Pepi Stiegler

Personal information
- Full name: Josef Stiegler
- Born: 20 April 1937 (age 89) Lienz, Tyrol, Austria

Skiing career
- Sport: Alpine skiing

Olympics
- Teams: 2 – (1960, 1964)
- Medals: 3 (1 gold)

Medal record
Men's alpine skiing
Representing Austria
Olympic Games &
World Championships
| Gold medal – first place | 1964 Innsbruck | Slalom |
| Silver medal – second place | 1960 Squaw Valley | Giant Slalom |
| Bronze medal – third place | 1964 Innsbruck | Giant Slalom |

= Josef Stiegler =

Austrian alpine skier

Josef "Pepi" Stiegler (born 20 April 1937 in Lienz, Austria) is a former alpine ski racer and Olympic gold medalist. He was a member of the Austrian national ski team during the late 1950s and early 1960s and was one of the world's premier racers. His two children were on the U.S. Ski Team: daughter Resi (b. 1985) was on the World Cup team and son Seppi (b. 1988) was on the Nor-Am circuit.

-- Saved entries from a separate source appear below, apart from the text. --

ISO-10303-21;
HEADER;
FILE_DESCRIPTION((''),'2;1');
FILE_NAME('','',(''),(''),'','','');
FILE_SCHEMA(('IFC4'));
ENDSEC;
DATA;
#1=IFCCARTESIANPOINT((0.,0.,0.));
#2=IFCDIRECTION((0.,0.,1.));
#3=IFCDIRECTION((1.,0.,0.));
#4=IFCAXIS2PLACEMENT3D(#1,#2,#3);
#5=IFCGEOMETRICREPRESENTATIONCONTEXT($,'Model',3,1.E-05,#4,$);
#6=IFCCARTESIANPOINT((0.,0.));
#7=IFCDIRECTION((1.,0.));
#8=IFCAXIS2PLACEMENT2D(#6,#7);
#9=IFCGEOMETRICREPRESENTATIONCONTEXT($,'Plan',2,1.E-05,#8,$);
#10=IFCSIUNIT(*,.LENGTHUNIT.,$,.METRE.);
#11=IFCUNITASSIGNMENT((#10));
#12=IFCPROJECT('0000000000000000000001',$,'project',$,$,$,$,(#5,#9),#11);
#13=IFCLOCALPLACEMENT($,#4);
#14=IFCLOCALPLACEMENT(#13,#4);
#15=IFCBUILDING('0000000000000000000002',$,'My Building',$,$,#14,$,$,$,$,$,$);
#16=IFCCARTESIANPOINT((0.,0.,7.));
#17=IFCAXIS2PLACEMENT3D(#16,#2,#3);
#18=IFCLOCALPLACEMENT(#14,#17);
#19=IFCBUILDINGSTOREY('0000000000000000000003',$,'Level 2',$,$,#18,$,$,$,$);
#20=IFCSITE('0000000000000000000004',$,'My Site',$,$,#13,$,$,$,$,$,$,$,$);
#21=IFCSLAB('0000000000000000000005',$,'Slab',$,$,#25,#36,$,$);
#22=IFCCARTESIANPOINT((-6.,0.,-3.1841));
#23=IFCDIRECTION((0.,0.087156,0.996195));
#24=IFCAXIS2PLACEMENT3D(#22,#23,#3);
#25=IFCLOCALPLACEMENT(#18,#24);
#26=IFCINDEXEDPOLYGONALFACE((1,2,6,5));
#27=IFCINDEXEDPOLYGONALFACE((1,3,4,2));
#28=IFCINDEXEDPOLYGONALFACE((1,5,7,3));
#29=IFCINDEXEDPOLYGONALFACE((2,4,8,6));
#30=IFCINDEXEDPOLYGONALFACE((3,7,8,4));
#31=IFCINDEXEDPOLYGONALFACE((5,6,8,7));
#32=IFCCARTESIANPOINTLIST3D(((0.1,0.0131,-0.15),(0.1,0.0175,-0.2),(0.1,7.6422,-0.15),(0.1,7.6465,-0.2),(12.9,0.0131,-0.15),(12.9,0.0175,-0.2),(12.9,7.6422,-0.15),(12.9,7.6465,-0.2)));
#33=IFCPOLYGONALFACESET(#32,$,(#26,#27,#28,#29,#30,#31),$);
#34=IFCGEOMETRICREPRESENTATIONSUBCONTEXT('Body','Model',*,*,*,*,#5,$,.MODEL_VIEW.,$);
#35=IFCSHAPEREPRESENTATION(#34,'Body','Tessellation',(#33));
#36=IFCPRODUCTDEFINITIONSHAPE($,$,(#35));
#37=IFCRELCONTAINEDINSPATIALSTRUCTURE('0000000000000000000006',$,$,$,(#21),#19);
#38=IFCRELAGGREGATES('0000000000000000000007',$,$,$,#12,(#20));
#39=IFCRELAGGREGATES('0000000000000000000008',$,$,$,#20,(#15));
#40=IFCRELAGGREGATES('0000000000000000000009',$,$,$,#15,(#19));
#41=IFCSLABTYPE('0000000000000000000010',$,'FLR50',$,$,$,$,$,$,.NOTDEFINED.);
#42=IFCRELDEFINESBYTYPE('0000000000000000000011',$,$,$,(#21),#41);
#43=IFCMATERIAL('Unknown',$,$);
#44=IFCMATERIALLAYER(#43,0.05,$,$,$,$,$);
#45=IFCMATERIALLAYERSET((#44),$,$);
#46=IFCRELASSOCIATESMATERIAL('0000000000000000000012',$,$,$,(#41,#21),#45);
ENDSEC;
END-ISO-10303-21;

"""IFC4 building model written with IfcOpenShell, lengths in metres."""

from ifc_helpers import new_model, si_unit, frame, origin_with_axes, origin_2d_with_axis, place, context, subcontext, project, spatial, indexed_curve, outline, extrude, material, layer, layer_set, layer_usage, type_object, element, save


model = new_model("IFC4")

# Units and contexts
model_context = context("Model", 3, precision=1e-05, world=origin_with_axes())
plan_context = context("Plan", 2, precision=1e-05, world=origin_2d_with_axis())
body_context = subcontext(model_context, "Body", "Model", "MODEL_VIEW")
ifc_project = project(units=[si_unit("LENGTHUNIT", "METRE")], contexts=[model_context, plan_context])

# Site, building, storey
site_placement = place(None, origin_with_axes())
site = spatial("IfcSite", under=ifc_project, at=site_placement, Name="My Site")
building_placement = place(site_placement, origin_with_axes())
building = spatial("IfcBuilding", under=site, at=building_placement, Name="My Building")
storey_placement = place(building_placement, frame((0.0, 0.0, 7.0), z_axis=(0.0, 0.0, 1.0), x_axis=(1.0, 0.0, 0.0)))
storey = spatial("IfcBuildingStorey", under=building, at=storey_placement, Name="Level 2")

# Shared definitions
ifc_material = material(Name="Unknown")

# Slab
ifc_layer_1 = layer(ifc_material, 0.05)
ifc_layer_set_1 = layer_set([ifc_layer_1])
ifc_layer_usage_1 = layer_usage(ifc_layer_set_1, "AXIS3", "POSITIVE", -0.2)
slab_type_1 = type_object("IfcSlabType", Name="FLR50", PredefinedType="NOTDEFINED", material=ifc_layer_set_1)
slab_1_placement = place(storey_placement, frame((-6.0, 0.0, -3.1841), z_axis=(0.0, 0.087156, 0.996195), x_axis=(1.0, 0.0, 0.0)))
element("IfcSlab", 1, at=slab_1_placement, inside=storey, type_object=slab_type_1, material=ifc_layer_usage_1, Name="Slab", context=body_context, shape_type="SweptSolid", body=[
    extrude(outline(indexed_curve([(12.9, 0.0), (12.9, 7.629), (0.1, 7.629), (0.1, 0.0), (12.9, 0.0)])), frame((0.0, 0.0175, -0.2), z_axis=(0.0, 0.0, 1.0), x_axis=(1.0, 0.0, 0.0)), (0.0, -0.087156, 0.996195), 0.0502),
])

save(model, "model.ifc")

At the 1960 Winter Olympics of Squaw Valley, Stiegler won a silver medal in the giant slalom and took fifth place in the slalom. At the 1964 Winter Olympics of Innsbruck, he took the bronze medal in giant slalom at Axamer Lizum and then won the gold in slalom, edging out American medalists Billy Kidd and Jimmie Heuga. - He became "Austrian sportsman of the Year 1964".

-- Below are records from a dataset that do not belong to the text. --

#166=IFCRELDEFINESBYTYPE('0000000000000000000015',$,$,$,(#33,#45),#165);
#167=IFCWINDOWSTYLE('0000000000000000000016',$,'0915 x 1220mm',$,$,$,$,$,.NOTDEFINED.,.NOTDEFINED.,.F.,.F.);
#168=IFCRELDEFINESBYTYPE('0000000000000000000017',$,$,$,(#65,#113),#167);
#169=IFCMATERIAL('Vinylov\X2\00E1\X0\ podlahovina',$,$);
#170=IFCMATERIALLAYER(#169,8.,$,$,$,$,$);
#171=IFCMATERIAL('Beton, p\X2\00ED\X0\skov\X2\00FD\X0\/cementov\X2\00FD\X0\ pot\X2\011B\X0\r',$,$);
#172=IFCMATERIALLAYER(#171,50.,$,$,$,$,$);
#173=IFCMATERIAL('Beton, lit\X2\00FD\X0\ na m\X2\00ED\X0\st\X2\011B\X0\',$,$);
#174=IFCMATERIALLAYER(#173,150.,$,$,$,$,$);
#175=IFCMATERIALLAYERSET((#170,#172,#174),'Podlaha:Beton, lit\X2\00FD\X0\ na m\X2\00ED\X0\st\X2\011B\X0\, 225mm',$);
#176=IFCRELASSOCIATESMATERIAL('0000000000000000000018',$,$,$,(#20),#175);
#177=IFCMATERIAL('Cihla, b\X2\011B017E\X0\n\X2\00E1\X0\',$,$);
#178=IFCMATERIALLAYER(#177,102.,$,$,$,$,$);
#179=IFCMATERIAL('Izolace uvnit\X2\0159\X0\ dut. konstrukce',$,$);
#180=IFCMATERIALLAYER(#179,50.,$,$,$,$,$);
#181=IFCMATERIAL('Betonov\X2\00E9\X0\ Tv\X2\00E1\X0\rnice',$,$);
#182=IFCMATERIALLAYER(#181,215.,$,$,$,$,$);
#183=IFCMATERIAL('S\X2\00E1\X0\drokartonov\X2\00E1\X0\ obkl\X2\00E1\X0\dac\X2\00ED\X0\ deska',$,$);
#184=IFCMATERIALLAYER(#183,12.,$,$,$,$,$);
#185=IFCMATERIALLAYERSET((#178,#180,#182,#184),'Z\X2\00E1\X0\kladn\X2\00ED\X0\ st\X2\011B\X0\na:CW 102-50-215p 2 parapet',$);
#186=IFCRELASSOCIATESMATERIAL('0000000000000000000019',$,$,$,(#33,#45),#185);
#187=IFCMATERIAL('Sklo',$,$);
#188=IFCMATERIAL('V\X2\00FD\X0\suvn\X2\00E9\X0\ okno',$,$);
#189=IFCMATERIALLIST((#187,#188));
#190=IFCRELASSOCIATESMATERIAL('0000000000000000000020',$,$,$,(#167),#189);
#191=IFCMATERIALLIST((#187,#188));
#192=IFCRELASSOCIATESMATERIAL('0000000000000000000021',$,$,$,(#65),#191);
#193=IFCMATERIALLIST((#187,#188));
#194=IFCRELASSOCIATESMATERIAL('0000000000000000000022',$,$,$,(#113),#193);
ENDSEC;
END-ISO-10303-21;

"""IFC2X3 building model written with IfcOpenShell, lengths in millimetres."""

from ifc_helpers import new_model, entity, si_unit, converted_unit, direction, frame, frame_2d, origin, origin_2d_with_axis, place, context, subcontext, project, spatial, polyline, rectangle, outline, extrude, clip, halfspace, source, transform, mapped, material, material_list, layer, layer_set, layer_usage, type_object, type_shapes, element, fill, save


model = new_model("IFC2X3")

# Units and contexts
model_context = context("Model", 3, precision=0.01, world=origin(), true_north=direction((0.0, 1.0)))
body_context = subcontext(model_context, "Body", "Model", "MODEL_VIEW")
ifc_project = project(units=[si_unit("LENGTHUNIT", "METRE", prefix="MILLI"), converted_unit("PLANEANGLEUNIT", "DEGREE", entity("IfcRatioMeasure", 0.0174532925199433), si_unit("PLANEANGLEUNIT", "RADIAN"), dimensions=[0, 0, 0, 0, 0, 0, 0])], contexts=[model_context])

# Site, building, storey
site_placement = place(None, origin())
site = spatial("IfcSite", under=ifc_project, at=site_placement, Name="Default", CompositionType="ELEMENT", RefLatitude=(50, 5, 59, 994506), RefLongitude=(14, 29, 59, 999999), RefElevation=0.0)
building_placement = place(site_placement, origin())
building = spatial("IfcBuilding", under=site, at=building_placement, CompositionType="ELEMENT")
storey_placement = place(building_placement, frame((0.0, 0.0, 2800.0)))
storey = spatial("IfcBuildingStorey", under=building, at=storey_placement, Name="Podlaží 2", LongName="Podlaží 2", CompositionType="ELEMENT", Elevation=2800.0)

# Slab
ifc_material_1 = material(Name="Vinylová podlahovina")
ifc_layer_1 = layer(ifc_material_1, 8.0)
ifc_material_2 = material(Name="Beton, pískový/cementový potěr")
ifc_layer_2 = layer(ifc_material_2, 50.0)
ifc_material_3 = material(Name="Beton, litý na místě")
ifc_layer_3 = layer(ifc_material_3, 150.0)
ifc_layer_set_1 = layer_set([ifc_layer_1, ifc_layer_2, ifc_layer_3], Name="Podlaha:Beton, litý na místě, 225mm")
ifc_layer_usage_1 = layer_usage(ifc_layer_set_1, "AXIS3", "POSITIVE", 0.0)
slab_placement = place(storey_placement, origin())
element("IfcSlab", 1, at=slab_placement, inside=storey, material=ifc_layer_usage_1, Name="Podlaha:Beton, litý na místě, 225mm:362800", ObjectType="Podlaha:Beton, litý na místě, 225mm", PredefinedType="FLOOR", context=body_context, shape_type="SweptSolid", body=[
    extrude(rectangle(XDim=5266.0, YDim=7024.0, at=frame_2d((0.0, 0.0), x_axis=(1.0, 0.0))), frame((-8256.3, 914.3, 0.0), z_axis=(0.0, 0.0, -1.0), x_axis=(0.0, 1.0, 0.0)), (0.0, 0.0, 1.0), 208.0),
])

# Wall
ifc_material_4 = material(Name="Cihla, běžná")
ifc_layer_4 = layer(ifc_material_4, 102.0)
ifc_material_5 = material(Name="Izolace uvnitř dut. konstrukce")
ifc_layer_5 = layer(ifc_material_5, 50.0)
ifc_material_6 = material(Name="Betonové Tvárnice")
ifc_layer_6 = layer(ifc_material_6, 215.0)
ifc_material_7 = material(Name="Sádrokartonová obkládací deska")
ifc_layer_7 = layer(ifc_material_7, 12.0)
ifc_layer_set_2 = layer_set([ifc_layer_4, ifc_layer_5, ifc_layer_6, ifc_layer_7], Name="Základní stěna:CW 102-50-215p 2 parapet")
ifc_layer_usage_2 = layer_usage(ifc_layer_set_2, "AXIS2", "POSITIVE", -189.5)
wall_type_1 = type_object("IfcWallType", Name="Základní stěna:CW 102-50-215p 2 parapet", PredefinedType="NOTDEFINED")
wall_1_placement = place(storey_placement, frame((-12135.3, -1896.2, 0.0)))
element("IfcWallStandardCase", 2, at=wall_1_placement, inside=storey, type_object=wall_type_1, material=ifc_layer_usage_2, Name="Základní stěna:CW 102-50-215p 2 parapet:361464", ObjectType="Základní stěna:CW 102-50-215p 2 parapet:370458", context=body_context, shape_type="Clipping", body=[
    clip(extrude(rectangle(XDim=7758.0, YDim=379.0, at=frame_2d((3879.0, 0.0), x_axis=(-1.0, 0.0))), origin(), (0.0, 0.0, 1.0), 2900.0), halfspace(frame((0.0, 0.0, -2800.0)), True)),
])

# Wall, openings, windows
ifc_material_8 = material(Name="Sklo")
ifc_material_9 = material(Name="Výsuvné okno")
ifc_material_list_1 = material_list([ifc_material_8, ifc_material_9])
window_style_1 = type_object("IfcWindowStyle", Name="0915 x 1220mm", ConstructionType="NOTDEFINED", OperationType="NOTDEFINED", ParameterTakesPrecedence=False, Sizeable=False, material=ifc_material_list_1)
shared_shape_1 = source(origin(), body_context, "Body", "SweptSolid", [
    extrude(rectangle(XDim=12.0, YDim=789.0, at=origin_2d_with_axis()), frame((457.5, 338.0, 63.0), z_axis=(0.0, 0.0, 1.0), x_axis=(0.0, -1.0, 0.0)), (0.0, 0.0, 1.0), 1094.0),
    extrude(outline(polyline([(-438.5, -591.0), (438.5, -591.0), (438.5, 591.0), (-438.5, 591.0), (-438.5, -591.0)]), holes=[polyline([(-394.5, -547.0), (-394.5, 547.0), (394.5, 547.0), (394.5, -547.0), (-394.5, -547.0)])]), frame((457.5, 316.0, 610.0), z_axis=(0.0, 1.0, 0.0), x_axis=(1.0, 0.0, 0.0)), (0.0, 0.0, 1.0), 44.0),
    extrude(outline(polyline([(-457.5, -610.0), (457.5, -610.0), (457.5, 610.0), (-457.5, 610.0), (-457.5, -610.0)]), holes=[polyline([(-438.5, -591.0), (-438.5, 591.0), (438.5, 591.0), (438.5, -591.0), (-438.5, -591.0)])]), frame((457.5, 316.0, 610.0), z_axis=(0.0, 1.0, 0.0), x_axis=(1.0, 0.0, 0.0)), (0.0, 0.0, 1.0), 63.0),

Pepi Stiegler later made appearances at many ski events in the United States and wrote articles for ski magazines. In 1965 in western Wyoming, he became the first ski school director at Jackson Hole. He served in that capacity for 29 years, followed by eight more as ambassador of skiing, and stepped down in 2002 after 37 years with the resort.

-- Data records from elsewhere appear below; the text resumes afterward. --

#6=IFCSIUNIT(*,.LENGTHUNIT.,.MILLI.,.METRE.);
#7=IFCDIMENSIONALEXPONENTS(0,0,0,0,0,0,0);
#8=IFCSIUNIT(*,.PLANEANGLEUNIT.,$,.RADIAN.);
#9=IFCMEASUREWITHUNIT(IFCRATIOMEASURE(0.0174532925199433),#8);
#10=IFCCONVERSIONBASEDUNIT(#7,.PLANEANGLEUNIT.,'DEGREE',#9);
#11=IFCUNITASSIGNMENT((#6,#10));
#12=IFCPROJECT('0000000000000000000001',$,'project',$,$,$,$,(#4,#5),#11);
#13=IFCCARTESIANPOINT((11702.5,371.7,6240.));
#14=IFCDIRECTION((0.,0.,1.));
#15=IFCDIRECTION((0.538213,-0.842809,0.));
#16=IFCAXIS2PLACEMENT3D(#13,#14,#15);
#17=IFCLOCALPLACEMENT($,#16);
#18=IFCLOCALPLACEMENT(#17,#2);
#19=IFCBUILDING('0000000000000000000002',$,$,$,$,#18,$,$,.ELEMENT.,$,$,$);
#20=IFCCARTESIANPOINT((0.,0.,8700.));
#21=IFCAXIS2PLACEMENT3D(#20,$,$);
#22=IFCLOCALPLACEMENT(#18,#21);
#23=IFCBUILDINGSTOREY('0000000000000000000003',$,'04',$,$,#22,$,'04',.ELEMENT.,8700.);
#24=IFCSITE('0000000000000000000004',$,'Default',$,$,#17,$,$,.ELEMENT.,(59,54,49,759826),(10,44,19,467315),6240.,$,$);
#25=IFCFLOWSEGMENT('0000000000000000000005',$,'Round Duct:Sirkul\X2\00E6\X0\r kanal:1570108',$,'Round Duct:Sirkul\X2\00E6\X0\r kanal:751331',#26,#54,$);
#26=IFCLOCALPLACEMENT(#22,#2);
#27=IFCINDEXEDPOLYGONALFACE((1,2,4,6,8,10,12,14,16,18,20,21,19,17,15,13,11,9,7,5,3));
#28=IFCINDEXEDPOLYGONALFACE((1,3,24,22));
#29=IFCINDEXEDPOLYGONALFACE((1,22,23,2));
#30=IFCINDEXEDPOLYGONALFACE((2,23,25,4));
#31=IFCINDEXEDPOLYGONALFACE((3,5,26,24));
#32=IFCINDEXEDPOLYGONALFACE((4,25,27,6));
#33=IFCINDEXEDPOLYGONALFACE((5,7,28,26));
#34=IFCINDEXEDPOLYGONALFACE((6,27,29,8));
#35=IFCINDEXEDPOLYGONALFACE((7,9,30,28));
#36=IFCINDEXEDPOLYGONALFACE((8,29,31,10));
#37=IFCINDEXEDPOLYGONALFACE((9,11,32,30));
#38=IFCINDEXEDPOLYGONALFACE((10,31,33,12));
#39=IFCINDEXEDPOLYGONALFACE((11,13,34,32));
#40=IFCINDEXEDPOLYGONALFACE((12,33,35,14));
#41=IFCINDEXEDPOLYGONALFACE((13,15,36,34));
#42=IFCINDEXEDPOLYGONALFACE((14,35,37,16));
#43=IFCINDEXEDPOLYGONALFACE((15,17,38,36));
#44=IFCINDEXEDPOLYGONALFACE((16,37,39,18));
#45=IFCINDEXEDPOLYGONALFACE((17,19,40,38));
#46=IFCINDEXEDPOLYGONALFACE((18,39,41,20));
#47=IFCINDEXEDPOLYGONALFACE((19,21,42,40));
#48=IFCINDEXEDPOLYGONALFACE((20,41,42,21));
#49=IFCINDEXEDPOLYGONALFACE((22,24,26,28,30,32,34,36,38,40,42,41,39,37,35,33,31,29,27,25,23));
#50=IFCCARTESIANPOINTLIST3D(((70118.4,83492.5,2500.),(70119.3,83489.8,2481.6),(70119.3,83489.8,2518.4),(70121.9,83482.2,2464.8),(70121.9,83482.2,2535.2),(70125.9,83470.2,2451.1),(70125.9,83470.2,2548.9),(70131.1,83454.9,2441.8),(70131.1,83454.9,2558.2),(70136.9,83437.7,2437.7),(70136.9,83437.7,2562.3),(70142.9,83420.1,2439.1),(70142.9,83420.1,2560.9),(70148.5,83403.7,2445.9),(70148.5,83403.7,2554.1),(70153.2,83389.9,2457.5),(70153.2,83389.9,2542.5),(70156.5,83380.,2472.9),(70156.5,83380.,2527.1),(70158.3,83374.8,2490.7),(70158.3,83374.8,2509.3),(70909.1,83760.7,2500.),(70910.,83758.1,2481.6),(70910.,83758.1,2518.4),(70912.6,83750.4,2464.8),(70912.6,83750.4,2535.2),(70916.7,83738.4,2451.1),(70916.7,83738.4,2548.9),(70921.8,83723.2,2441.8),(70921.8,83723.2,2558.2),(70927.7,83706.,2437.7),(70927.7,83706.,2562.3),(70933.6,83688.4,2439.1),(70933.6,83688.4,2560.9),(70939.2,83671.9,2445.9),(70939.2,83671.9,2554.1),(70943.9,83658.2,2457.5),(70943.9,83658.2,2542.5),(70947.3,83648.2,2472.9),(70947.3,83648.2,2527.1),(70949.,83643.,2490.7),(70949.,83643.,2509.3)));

Similar to Heuga, Stiegler was diagnosed with multiple sclerosis in 1993. Austrian teammate Egon Zimmermann, gold medalist in the 1964 Olympic downhill, also had MS.

At age 66, Stiegler earned a bachelor's degree in English literature from Montana State University in Bozeman in May 2003.

==Olympic results ==

| Year | Age | Slalom | Giant slalom | Super-G | Downhill | Combined |
| 1960 | 22 | 5 | 2 | not run | 15 | not run |
| 1964 | 26 | 1 | 3 | — |

From 1948 through 1980, the Winter Olympics were also the World Championships for alpine skiing.